Extracting documents
Upload a PDF or image, pick a template, see structured data come back with per-field source provenance.
From the dashboard
Go to /dashboard/documents. Pick a template, drop in a file, click Upload & extract.
- Supported file types: PDF, PNG, JPEG, TIFF, WebP. Max 50 MB.
- Born-digital PDFs (created from word processors) extract in milliseconds — no OCR needed.
- Scans + images run through the OCR cascade (Tier 0 → 1 → 3). Typical latency: 2–15 seconds depending on quality + size.
The result, field by field
Each extracted field shows:
- Name — matches the field name in your template.
- Value — what the engine extracted. Empty when no value was found (the engine never invents).
- Source (verbatim)— the exact text from the source document this value came from. If a value can't be traced to a source, the engine drops it.
- Confidence — 0–100% score combining OCR confidence + extraction method confidence + grounding strength. Color-coded green / amber / red.
- Method — which path produced this value:
regex— pattern-based (dates, currencies, numbers). Cheapest.anchor— label-based lookup using the field'sanchorstring.llm— LLM extraction using the field'sdescriptionas a hint. Most expensive, most flexible.
- Needs review— flagged when confidence falls below the template's threshold. Goes to the Review queue.
The OCR cascade
Cheap OCR runs first; the engine escalates to heavier tiers only when the cheap ones fail their quality gates. You don't configure this — it's automatic per document.
| Tier | Engine | When it runs | Credits/page |
|---|---|---|---|
| 0 | Born-digital extractor | PDFs with embedded text, DOCX, XLSX | 1 |
| 1 | Tesseract | Clean printed Latin scripts (7 languages) | 2 |
| 2A | PaddleOCR | Printed CJK (Chinese / Japanese / Korean) | 5 |
| 2B | Surya OCR | Printed Indic / Arabic / Thai / Khmer / Vietnamese | 5 |
| 3 | Vision-LLM | Handwriting, complex layouts, low-quality scans | 5–25 |
| 4 | Dual-pass + reconciliation | Precision mode (Enterprise) | 40–80 |
Scan modes
Each template has a default scan mode, overridable per-extraction. Modes drive routing decisions + credit cost:
- Quick Scan — born-digital only (1–2 credits/page)

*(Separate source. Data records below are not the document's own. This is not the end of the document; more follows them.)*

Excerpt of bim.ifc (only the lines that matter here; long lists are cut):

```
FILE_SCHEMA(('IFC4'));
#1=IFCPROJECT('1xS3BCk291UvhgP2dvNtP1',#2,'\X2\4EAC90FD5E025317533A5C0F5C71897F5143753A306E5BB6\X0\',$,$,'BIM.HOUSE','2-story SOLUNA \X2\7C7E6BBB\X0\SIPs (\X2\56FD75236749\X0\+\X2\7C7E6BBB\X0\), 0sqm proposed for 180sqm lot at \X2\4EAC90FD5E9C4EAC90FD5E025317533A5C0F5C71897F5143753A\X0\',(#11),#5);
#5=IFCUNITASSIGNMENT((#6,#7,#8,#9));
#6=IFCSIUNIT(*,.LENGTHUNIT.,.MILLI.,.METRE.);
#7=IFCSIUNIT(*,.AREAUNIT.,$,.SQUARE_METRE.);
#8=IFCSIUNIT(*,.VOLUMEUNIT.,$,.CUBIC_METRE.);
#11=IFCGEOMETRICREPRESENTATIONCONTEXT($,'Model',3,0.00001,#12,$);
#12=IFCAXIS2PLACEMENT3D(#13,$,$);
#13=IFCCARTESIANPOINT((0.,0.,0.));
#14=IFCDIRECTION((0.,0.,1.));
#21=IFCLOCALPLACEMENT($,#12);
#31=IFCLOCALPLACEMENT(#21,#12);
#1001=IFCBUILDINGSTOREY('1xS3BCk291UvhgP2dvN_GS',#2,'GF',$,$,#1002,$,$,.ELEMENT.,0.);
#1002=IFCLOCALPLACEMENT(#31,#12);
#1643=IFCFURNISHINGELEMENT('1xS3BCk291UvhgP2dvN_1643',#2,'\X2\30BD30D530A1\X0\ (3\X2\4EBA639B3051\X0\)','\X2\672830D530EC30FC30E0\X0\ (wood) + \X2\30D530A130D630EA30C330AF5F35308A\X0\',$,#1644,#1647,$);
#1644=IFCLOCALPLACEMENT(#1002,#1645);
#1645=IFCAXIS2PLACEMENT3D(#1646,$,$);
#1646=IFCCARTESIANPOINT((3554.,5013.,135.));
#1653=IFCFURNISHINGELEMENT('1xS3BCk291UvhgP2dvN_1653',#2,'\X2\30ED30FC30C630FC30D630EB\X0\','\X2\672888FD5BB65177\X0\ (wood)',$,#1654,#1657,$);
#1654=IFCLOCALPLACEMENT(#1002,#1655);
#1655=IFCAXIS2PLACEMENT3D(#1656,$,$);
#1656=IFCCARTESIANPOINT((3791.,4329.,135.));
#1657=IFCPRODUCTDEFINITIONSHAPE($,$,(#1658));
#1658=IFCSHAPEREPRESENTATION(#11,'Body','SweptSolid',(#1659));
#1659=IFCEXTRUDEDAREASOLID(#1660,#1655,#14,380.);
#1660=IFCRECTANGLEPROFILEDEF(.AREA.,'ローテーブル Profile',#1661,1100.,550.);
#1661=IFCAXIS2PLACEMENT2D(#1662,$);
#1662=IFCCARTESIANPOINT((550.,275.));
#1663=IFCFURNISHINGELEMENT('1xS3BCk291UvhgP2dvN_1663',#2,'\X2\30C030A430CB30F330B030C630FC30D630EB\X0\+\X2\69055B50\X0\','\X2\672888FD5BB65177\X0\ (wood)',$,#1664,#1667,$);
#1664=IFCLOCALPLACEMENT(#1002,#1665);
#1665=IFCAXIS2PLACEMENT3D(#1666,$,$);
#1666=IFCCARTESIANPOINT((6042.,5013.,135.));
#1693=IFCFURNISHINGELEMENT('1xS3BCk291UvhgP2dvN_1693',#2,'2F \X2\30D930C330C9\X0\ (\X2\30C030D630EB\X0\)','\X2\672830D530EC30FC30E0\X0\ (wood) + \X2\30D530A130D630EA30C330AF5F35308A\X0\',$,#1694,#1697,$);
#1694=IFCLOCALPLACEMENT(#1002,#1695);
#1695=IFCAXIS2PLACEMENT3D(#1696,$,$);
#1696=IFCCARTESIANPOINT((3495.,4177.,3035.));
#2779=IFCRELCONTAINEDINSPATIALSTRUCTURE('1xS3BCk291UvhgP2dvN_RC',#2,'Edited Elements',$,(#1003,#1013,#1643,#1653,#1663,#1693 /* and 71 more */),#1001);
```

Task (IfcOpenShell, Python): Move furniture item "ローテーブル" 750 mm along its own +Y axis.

```python
import ifcopenshell
import ifcopenshell.api.geometry
import ifcopenshell.util.placement

model = ifcopenshell.open("bim.ifc")

item = model.by_guid("1xS3BCk291UvhgP2dvN_1653")
matrix = ifcopenshell.util.placement.get_local_placement(item.ObjectPlacement)
matrix[:3, 3] += matrix[:3, 1] * 750.0
ifcopenshell.api.geometry.edit_object_placement(model, product=item, matrix=matrix, is_si=False)

print(ifcopenshell.util.placement.get_local_placement(item.ObjectPlacement).round(3) + 0.0)

model.write("bim-out.ifc")
```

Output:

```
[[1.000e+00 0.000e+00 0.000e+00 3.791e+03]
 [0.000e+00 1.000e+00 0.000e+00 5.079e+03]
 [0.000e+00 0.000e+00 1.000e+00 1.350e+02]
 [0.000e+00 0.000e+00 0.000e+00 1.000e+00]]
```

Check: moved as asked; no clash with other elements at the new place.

- Standard (Auto) — auto-detect + cascade (2–5 credits)
- Multilingual (Printed) — CJK / Indic / Arabic printed (5 credits)
- Handwritten — English — Latin/Cyrillic/Greek (5 credits)
- Handwritten — Other language — CJK/Indic/Arabic/Hebrew (15–25 credits)
- Handwritten — Mixed languages — dual-engine pipeline (30 credits)
- Precision — highest-accuracy AI, dual-pass on Enterprise (40–80 credits)
From the API
Programmatic extraction is documented in the API reference. The dashboard's upload flow is a wrapper around POST /v1/documents + POST /v1/extract — same endpoints, same payloads.